Start of Dataset records

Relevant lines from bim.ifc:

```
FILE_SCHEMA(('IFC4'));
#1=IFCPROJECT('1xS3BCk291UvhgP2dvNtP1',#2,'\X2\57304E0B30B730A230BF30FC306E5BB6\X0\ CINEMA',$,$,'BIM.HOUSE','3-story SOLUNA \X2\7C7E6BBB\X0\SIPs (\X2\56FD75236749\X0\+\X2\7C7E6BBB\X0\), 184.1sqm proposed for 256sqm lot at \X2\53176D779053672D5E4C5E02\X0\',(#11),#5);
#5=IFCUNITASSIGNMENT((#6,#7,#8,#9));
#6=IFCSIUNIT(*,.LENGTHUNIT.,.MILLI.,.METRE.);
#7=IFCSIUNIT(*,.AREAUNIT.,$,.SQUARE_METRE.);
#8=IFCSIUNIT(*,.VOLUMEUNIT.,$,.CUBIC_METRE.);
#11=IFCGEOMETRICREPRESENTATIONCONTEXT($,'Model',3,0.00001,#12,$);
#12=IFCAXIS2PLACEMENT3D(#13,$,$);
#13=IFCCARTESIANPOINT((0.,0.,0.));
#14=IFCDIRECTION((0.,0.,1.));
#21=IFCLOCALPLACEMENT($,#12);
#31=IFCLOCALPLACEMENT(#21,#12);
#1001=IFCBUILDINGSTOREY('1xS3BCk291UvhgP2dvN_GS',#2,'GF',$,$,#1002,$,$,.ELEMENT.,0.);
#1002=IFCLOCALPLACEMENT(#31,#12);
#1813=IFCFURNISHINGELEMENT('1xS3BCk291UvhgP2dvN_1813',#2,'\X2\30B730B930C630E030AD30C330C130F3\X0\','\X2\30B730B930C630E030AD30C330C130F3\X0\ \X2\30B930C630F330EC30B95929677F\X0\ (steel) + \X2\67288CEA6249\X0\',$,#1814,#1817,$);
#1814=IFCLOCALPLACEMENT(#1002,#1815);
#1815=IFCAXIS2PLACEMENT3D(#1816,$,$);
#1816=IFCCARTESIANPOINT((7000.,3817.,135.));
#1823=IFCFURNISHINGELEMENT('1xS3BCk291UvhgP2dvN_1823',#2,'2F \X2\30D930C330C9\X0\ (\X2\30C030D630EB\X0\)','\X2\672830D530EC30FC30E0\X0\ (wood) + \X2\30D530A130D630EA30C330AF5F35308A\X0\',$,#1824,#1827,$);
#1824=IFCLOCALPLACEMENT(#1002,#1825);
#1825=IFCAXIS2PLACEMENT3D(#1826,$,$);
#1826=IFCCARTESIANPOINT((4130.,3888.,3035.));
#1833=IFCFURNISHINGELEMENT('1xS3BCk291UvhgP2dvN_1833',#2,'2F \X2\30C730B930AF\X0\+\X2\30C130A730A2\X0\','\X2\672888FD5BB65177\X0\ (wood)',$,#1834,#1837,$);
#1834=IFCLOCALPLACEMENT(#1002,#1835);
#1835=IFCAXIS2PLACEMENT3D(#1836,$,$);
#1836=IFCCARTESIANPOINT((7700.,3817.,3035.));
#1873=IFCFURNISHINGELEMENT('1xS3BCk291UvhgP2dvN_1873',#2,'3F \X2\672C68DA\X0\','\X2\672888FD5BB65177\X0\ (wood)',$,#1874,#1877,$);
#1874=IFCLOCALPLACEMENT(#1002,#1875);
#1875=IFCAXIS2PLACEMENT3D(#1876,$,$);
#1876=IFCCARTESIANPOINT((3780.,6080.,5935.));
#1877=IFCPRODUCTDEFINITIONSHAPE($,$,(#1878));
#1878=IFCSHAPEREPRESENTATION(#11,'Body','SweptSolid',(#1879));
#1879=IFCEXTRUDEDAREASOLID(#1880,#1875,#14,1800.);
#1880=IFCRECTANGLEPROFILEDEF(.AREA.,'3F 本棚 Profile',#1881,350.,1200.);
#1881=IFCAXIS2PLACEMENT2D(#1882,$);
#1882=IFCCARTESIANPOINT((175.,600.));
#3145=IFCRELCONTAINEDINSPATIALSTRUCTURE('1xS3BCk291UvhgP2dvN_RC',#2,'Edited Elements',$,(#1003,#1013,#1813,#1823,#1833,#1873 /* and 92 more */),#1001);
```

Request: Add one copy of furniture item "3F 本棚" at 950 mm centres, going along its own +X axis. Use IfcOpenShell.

```python
import ifcopenshell
import ifcopenshell.api.geometry
import ifcopenshell.api.root
import ifcopenshell.util.element
import ifcopenshell.util.placement

model = ifcopenshell.open("bim.ifc")


def reuse_history(source, copy):
    """copy_class also copies each property set's owner history, people and application; keep the originals."""
    for rel in copy.IsDefinedBy:
        if rel.is_a("IfcRelDefinesByProperties") and (history := rel.RelatingPropertyDefinition.OwnerHistory):
            rel.RelatingPropertyDefinition.OwnerHistory = source.OwnerHistory
            ifcopenshell.util.element.remove_deep2(model, history)


source = model.by_id(1873)
base = ifcopenshell.util.placement.get_local_placement(source.ObjectPlacement)
step = base[:3, 0] * 950.0

for i in range(1, 2):
    copy = ifcopenshell.api.root.copy_class(model, product=source)
    copy.Representation = ifcopenshell.util.element.copy_deep(
        model, source.Representation, exclude=["IfcGeometricRepresentationContext", "IfcRepresentationMap"]
    )
    reuse_history(source, copy)
    matrix = base.copy()
    matrix[:3, 3] += i * step
    print("added at", matrix[:3, 3].round(3) + 0.0)
    ifcopenshell.api.geometry.edit_object_placement(model, product=copy, matrix=matrix, is_si=False)

model.write("bim_updated.ifc")
```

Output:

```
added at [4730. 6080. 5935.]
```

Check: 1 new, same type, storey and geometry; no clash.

End of Dataset records

What the task asks:
For the word "wood", count the lines of the data that contain it and give only the count.

Result:
3